Wildgeflügelpest im Kreis Herzogtum Lauenburg

akt_amtSeit dem 08.11.2016 wurden in mehreren Bereichen des Landes Schleswig-Holstein bei verendeten Wildvögeln der Geflügelpest-Erreger des Subtyps H5N8 nachgewiesen. Am 12.11.2016 im Kreis Herzogtum Lauenburg.

 

Allgemeiner Hinweis – Anzeigepflicht:

§ 26 Anzeige und Registrierung der Verordnung zum Schutz gegen die Verschleppung von Tierseuchen im Viehverkehr (Viehverkehrsverordnung – ViehVerkV)

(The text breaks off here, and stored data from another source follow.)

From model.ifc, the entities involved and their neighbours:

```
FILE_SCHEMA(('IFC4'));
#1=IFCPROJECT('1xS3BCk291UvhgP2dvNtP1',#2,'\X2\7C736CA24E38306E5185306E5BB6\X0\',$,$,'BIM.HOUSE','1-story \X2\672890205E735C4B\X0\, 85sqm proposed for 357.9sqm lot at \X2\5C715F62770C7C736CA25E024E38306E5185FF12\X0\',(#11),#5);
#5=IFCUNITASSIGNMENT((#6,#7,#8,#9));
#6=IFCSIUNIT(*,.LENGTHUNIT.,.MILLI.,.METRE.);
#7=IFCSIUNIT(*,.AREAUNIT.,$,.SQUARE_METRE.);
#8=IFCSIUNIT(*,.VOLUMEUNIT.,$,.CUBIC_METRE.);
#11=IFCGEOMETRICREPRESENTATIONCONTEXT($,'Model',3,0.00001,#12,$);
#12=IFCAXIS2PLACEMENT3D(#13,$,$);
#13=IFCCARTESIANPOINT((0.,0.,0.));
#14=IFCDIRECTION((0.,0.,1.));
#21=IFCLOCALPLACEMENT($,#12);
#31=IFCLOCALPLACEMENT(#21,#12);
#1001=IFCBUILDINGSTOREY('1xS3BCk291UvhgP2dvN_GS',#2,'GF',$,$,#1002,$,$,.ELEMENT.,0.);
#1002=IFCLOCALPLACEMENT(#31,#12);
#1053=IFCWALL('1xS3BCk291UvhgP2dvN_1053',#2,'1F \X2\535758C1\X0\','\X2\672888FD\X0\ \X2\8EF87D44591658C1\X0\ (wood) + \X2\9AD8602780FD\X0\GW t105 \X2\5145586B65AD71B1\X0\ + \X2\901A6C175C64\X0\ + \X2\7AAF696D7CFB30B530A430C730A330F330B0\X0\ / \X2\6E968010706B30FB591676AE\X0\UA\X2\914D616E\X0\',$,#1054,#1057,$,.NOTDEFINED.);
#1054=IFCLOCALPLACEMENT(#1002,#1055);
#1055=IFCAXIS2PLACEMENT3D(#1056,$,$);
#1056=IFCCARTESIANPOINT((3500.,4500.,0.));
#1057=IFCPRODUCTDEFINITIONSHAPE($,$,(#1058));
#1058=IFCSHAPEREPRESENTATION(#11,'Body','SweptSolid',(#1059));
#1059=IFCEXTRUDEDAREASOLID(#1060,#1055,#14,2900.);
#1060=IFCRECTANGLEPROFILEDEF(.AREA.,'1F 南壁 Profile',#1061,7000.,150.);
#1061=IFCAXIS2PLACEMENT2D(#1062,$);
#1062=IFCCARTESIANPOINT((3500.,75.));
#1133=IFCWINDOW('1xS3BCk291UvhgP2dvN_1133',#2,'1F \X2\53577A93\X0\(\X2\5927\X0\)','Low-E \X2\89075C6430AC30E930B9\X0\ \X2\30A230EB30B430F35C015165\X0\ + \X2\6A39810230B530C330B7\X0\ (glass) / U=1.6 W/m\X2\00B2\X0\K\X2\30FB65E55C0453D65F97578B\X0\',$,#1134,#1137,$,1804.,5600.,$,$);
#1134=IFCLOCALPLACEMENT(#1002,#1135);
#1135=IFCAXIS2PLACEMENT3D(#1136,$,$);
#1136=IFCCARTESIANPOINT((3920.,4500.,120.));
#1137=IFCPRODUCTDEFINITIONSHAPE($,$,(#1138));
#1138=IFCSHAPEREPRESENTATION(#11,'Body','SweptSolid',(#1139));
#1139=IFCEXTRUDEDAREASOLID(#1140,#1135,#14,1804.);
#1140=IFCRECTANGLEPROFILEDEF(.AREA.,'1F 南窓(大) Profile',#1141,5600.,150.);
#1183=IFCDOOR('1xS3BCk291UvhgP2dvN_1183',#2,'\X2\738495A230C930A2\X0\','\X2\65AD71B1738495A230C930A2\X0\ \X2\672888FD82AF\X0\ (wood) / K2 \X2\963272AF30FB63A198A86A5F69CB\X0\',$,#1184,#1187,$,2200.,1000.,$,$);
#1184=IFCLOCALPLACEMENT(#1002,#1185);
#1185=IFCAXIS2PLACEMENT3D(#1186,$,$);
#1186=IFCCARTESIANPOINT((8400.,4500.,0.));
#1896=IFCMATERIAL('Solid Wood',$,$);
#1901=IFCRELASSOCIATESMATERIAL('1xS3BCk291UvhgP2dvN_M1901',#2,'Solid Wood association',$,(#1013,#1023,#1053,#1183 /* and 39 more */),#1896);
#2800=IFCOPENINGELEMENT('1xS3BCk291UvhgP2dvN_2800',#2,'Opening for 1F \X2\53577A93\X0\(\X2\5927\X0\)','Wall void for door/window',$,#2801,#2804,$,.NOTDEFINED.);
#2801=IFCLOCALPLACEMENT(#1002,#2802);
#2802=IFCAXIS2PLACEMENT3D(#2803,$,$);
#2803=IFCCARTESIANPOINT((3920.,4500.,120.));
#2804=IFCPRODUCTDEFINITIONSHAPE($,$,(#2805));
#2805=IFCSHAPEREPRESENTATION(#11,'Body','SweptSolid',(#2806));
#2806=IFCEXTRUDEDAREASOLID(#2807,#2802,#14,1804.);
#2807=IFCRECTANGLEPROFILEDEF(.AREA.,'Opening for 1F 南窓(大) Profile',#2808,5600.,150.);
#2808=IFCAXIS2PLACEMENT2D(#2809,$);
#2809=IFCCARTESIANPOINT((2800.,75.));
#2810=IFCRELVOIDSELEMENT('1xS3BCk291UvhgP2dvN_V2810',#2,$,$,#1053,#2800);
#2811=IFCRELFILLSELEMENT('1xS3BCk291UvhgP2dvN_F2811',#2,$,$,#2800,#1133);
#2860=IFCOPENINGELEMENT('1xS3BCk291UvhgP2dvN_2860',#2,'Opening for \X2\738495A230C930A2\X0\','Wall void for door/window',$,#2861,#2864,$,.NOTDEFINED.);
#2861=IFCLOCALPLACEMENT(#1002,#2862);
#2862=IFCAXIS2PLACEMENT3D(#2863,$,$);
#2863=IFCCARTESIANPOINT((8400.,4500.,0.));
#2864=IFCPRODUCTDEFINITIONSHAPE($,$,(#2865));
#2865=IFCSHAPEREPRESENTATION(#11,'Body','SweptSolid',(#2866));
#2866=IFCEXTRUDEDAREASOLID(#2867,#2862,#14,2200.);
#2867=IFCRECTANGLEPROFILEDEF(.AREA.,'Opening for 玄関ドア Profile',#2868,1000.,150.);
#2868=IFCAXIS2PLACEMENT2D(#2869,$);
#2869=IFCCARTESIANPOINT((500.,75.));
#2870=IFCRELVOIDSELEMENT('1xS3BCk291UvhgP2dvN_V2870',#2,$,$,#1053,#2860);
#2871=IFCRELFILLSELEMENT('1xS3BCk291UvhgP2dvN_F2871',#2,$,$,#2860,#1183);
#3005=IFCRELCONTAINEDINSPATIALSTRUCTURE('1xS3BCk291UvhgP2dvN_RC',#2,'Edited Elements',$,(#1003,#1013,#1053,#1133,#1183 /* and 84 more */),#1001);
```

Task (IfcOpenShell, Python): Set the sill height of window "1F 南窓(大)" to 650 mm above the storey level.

```python
import numpy as np
import ifcopenshell
import ifcopenshell.api.geometry
import ifcopenshell.geom
import ifcopenshell.util.element
import ifcopenshell.util.placement
import ifcopenshell.util.shape
import ifcopenshell.util.unit

model = ifcopenshell.open("model.ifc")
unit_scale = ifcopenshell.util.unit.calculate_unit_scale(model)

window = model.by_id(1133)
opening = window.FillsVoids[0].RelatingOpeningElement
storey = ifcopenshell.util.element.get_container(window, ifc_class="IfcBuildingStorey")
level = ifcopenshell.util.placement.get_local_placement(storey.ObjectPlacement)[2, 3]

# The opening's origin need not be at the sill, so measure its lowest point.
shape = ifcopenshell.geom.create_shape(ifcopenshell.geom.settings(), opening)
bottom = ifcopenshell.util.shape.get_shape_bottom_elevation(shape, shape.geometry) / unit_scale
dz = level + 650.0 - bottom

shift = np.array([0.0, 0.0, dz])
# The window is not placed relative to its opening, so move both.
for product in (opening, window):
    matrix = ifcopenshell.util.placement.get_local_placement(product.ObjectPlacement)
    matrix[:3, 3] += shift
    ifcopenshell.api.geometry.edit_object_placement(model, product=product, matrix=matrix, is_si=False)

print(f"moved by {dz * unit_scale:+.3f} m")

model.write("model_v2.ifc")
```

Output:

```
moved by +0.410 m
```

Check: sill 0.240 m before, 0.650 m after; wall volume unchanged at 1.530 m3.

(1) Wer Rinder, Schweine, Schafe, Ziegen, Einhufer, Hühner, Enten, Gänse, Fasane, Perlhühner, Rebhühner, Tauben, Truthühner, Wachteln oder Laufvögel halten will, hat dies der zuständigen Behörde oder einer von dieser beauftragten Stelle vor Beginn der Tätigkeit unter Angabe seines Namens, seiner Anschrift und der Anzahl der im Jahresdurchschnitt voraussichtlich gehaltenen Tiere, ihrer Nutzungsart und ihres Standortes, bezogen auf die jeweilige Tierart, anzuzeigen. Änderungen sind unverzüglich anzuzeigen

Allgemeine Stallpflicht für Geflügel / Keine Durchführung von Veranstaltungen mit Geflügel

Zum Schutz gegen die Geflügelpest dürfen Enten, Fasane, Gänse, Hühner, Laufvögel, Perlhühner, Rebhühner, Tauben, Truthühner und Wachteln im gesamten Kreisgebiet bis auf weiteres nur noch in geschlossenen Käfigen gehalten werden. Alternativ ist auch eine Schutzvorrichtung erlaubt, die aus einer überstehenden, nach oben gegen Einträge gesicherten, dichten Abdeckung bestehen muss und die mit einer Seitenbegrenzung versehen ist, die das Eindringen von Wildvögeln verhindert.

Die Durchführung von Ausstellungen, Märkten und Veranstaltungen ähnlicher Art mit den vorgenannten Tieren ist untersagt. Diese Maßnahme ist erforderlich geworden, um eine mögliche Verschleppung des Geflügelpest-Erregers zu verhindern.

Ferner wurden Sperrbezirke und Beobachtungsgebiete im Kreisgebiet um die Fundorte eingerichtet

In einem Radius von mindestens drei Kilometern und eines Beobachtungsgebietes von mindestens zehn Kilometern rund um die Fundorte der verendeten Wildvögel wurden Sperrbezirke bzw. Beobachtungsgebiete eingerichtet. Bei weiteren Totfunden von Tieren mit dem Geflügelpesterreger werden die Ausmaße der Zonen entsprechend angepasst.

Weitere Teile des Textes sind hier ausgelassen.